I think that's what my friend has in mind - the actual red/black trails at cannock are just too busy


----------



## lukesdad (21 Oct 2013)

Perhaps while we're on the subject, it's probably worthwhile repeating this;
It's up to the faster rider to make a safe pass! Not the other way round.


----------



## Ian Watts (21 Oct 2013)

lukesdad said:


> Perhaps while we're on the subject, it's probably worthwhile repeating this;
> It's up to the faster rider to make a safe pass! Not the other way round.

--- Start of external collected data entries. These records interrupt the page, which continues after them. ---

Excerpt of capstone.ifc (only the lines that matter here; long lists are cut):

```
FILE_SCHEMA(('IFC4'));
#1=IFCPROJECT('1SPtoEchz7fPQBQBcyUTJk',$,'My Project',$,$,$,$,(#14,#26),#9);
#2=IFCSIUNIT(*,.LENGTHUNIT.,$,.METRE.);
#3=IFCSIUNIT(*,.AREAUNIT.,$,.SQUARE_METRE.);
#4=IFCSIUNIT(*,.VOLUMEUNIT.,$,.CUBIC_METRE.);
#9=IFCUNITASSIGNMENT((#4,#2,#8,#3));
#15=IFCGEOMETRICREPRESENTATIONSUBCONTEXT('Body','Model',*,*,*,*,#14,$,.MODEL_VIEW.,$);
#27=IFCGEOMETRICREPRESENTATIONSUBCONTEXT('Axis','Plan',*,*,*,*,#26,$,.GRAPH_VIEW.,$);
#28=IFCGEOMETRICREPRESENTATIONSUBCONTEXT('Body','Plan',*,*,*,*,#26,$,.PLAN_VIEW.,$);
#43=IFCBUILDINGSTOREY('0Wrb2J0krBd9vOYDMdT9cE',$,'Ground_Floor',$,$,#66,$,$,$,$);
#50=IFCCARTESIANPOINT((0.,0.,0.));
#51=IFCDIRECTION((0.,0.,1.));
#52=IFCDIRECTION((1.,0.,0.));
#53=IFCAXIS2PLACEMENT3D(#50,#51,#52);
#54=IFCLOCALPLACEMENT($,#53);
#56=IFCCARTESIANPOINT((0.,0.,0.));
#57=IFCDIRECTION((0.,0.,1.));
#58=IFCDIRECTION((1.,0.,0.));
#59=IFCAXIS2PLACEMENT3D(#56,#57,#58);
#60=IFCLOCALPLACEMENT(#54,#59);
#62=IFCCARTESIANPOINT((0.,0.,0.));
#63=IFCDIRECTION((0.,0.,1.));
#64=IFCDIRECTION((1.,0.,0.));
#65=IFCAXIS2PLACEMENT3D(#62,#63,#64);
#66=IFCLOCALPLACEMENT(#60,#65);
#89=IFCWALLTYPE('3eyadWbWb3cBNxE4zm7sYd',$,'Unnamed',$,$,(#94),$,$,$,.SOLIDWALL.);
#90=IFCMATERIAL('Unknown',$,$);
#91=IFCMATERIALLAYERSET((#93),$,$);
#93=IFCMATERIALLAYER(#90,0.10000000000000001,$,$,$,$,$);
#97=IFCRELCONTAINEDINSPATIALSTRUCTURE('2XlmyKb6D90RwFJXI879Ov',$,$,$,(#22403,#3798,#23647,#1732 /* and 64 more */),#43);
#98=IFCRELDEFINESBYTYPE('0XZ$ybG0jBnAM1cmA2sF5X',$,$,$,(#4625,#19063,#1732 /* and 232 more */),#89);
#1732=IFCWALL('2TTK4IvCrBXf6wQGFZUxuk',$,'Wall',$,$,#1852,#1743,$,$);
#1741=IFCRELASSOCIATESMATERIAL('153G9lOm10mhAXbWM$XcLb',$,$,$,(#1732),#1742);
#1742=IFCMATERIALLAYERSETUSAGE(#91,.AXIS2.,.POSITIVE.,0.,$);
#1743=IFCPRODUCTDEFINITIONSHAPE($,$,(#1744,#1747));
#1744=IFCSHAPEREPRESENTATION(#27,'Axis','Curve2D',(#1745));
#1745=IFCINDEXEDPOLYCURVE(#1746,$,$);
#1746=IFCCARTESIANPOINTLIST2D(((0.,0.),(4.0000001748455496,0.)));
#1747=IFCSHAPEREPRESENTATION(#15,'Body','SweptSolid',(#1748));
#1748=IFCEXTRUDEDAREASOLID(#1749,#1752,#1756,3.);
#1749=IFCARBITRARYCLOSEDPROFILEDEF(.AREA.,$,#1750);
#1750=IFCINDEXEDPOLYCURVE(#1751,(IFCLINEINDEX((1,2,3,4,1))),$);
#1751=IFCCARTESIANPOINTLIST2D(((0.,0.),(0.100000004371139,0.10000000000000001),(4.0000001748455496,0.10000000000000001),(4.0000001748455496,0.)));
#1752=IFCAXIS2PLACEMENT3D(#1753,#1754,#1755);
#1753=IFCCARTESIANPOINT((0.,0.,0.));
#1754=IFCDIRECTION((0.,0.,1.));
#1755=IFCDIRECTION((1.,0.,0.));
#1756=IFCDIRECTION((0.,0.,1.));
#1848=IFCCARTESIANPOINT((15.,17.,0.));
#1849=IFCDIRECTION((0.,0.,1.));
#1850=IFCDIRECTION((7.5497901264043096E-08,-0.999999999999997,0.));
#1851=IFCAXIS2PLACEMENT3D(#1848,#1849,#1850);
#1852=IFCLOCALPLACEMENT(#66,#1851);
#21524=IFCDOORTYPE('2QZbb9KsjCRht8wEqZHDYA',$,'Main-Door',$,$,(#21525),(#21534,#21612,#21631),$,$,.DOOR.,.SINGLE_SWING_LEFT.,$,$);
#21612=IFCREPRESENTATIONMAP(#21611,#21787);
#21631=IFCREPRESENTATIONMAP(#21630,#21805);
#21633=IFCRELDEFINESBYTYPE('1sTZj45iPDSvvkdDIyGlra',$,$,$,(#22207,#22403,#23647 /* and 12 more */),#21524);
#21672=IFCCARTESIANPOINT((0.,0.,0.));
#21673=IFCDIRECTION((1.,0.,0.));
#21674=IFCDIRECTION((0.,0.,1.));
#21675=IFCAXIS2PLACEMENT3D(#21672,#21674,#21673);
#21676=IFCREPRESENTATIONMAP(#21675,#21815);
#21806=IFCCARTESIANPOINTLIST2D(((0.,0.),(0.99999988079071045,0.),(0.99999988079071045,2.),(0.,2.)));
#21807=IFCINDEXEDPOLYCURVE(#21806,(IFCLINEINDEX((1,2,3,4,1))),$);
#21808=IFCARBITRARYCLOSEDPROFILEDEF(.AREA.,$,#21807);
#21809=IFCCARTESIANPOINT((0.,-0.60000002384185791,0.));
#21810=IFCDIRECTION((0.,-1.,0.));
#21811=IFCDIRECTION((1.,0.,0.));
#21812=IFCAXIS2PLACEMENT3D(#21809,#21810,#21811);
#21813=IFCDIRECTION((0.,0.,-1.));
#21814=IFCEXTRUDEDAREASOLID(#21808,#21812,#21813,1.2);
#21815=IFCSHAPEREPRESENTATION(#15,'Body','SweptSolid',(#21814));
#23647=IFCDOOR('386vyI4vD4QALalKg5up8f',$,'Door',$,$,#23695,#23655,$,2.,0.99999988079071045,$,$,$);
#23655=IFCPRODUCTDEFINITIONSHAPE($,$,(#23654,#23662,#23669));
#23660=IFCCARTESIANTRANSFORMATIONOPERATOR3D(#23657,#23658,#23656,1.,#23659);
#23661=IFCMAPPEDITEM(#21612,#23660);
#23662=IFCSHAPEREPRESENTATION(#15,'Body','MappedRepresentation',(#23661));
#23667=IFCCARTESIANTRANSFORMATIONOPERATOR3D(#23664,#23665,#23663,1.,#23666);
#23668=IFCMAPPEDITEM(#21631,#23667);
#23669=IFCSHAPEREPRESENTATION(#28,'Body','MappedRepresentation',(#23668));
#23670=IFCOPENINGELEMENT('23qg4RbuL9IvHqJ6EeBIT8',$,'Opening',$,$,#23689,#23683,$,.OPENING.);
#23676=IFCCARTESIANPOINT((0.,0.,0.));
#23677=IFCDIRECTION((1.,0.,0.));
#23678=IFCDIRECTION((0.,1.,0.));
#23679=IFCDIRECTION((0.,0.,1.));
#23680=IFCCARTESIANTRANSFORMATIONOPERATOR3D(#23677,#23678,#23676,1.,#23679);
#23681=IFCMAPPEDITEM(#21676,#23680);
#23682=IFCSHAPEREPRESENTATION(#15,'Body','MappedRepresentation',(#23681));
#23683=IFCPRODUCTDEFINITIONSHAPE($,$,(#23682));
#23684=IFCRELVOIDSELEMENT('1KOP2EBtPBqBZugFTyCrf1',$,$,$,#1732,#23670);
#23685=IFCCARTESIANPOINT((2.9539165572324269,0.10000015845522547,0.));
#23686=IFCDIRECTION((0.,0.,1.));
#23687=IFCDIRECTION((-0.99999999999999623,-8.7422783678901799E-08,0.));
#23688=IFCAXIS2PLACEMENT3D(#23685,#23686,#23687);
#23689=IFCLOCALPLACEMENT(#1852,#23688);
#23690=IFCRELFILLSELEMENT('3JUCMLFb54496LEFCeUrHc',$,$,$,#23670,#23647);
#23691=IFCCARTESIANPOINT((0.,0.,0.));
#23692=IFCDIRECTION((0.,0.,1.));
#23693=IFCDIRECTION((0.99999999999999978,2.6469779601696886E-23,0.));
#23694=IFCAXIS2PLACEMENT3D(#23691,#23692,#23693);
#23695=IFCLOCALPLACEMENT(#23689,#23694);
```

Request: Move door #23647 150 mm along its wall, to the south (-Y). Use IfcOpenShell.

```python
import ifcopenshell
import ifcopenshell.api.geometry
import ifcopenshell.util.placement
import ifcopenshell.util.unit

model = ifcopenshell.open("capstone.ifc")
unit_scale = ifcopenshell.util.unit.calculate_unit_scale(model)

door = model.by_id(23647)
opening = door.FillsVoids[0].RelatingOpeningElement
wall = opening.VoidsElements[0].RelatingBuildingElement

wall_matrix = ifcopenshell.util.placement.get_local_placement(wall.ObjectPlacement)
shift = wall_matrix[:3, 0] * 0.15 / unit_scale
before = ifcopenshell.util.placement.get_local_placement(door.ObjectPlacement)[:3, 3].copy()

# The door is placed relative to its opening, so it follows when the opening moves.
matrix = ifcopenshell.util.placement.get_local_placement(opening.ObjectPlacement)
matrix[:3, 3] += shift
ifcopenshell.api.geometry.edit_object_placement(
    model, product=opening, matrix=matrix, is_si=False, should_transform_children=True
)

after = ifcopenshell.util.placement.get_local_placement(door.ObjectPlacement)[:3, 3]
print("door moved by", (after - before).round(3) + 0.0)

model.write("capstone-out.ifc")
```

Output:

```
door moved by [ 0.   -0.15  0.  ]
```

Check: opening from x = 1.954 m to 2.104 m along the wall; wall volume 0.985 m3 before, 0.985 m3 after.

I did think this at the time, but just felt bad at slowing other people down.


----------



## lukesdad (21 Oct 2013)

Ian Watts said:


> I did think this at the time, but just felt bad at slowing other people down.


Everybody has to learn sometime and everybody slows someone down!


----------



## Ian Watts (21 Oct 2013)

lukesdad said:


> Everybody has to learn sometime and everybody slows someone down!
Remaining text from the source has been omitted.